● What you need to do
In every line of the records, look for "IFCMATERIAL", then report how many lines have it and nothing else.
==================================================
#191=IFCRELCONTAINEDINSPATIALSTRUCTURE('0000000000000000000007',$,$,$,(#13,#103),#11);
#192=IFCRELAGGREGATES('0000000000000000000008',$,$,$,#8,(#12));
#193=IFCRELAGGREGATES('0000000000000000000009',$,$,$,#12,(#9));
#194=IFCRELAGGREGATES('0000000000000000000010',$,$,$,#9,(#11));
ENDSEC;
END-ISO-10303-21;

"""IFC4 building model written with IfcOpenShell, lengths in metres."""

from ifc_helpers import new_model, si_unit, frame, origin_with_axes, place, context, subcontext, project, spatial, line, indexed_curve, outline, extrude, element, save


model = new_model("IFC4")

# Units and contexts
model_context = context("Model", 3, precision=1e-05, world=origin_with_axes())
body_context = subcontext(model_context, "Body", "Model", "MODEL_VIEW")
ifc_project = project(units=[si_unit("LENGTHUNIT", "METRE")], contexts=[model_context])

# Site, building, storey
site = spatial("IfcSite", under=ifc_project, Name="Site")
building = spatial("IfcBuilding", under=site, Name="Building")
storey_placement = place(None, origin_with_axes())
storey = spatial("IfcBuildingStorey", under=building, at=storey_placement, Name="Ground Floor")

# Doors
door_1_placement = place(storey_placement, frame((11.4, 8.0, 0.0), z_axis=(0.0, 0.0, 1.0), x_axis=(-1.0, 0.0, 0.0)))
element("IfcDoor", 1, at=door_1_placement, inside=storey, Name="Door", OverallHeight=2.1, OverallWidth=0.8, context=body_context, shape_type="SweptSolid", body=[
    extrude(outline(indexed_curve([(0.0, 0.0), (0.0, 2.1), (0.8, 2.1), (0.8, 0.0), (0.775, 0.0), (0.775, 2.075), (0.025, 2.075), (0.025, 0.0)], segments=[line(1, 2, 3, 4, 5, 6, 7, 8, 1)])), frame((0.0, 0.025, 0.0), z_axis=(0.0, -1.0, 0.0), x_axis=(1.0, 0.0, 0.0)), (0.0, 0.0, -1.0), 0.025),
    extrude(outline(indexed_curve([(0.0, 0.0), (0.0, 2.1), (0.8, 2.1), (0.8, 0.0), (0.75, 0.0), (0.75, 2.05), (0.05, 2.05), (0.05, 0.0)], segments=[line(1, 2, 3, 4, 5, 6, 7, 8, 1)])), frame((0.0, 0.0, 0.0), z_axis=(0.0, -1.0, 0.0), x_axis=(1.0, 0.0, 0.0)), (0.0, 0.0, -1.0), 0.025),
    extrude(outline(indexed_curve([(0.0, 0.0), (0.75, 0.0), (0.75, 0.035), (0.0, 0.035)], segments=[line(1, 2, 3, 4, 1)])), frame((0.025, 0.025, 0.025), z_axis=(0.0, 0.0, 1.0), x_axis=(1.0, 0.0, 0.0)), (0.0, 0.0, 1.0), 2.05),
==================================================
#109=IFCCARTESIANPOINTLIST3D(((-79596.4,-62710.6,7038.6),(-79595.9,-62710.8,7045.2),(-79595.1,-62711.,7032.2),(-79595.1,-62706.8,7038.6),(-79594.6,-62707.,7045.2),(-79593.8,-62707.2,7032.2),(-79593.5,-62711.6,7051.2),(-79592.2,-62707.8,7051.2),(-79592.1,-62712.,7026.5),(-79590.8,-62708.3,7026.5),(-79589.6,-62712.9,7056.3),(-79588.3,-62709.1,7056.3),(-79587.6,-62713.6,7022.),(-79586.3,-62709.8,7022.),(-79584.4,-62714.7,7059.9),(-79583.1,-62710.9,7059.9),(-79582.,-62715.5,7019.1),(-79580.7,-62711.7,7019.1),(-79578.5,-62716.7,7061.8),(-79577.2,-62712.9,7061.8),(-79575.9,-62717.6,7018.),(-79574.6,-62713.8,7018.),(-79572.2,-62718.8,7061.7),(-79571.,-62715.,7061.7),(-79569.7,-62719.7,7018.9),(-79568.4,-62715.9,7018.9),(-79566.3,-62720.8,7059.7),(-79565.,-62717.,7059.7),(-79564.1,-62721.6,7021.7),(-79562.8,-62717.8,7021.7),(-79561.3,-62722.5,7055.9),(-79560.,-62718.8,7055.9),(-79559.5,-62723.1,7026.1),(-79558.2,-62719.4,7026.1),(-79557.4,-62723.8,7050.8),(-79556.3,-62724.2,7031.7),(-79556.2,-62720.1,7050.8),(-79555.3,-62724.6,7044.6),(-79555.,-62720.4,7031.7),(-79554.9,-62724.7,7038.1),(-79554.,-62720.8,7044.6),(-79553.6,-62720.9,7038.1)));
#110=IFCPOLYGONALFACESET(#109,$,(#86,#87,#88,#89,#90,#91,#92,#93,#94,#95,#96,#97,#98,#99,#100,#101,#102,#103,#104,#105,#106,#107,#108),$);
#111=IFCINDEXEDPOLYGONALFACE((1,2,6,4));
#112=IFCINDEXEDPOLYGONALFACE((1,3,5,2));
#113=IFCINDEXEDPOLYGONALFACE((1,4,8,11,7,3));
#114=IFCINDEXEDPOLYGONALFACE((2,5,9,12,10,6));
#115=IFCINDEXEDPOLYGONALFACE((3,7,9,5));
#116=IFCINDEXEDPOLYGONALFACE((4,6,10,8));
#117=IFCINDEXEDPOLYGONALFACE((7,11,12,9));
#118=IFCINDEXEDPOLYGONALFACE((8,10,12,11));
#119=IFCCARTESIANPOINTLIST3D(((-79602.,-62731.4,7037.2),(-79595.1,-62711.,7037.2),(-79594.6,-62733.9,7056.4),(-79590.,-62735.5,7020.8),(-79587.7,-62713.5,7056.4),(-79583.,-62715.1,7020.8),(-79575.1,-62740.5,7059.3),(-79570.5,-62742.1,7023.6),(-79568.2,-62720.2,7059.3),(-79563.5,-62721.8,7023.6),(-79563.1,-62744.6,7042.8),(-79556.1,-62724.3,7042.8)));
==================================================
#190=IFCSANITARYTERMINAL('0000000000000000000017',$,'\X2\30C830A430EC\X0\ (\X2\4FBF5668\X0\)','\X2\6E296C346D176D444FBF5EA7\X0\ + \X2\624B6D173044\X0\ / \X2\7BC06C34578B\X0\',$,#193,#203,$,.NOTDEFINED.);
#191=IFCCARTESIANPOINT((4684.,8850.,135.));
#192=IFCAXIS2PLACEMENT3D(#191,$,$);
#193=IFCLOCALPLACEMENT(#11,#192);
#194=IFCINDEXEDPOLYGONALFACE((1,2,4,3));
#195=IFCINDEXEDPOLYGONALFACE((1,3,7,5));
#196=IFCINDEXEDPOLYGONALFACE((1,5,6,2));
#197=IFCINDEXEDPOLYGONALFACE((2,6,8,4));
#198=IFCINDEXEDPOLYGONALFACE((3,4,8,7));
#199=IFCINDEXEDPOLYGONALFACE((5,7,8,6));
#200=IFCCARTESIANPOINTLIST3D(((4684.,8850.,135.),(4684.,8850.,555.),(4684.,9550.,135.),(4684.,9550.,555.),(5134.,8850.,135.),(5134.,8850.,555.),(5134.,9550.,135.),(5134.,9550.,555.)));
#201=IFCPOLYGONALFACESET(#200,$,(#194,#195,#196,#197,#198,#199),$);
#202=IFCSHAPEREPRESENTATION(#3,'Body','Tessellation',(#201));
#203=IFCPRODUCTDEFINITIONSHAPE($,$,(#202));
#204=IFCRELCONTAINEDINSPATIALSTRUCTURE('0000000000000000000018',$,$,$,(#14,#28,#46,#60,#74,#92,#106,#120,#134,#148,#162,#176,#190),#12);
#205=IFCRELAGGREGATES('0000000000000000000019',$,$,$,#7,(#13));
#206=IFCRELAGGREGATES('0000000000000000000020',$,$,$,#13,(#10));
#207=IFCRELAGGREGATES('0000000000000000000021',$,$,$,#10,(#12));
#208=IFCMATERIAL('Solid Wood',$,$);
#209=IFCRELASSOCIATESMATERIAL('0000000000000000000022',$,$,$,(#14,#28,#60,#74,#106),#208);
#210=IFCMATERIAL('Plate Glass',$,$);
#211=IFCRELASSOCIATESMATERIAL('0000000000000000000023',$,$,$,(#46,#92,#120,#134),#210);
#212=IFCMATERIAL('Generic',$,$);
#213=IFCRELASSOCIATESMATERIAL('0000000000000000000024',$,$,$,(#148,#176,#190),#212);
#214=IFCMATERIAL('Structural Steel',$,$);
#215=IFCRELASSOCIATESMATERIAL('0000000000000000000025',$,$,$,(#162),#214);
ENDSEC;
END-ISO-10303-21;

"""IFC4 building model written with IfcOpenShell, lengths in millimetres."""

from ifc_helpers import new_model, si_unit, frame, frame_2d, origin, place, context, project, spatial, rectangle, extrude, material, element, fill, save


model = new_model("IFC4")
==================================================
● Answer to the problem
4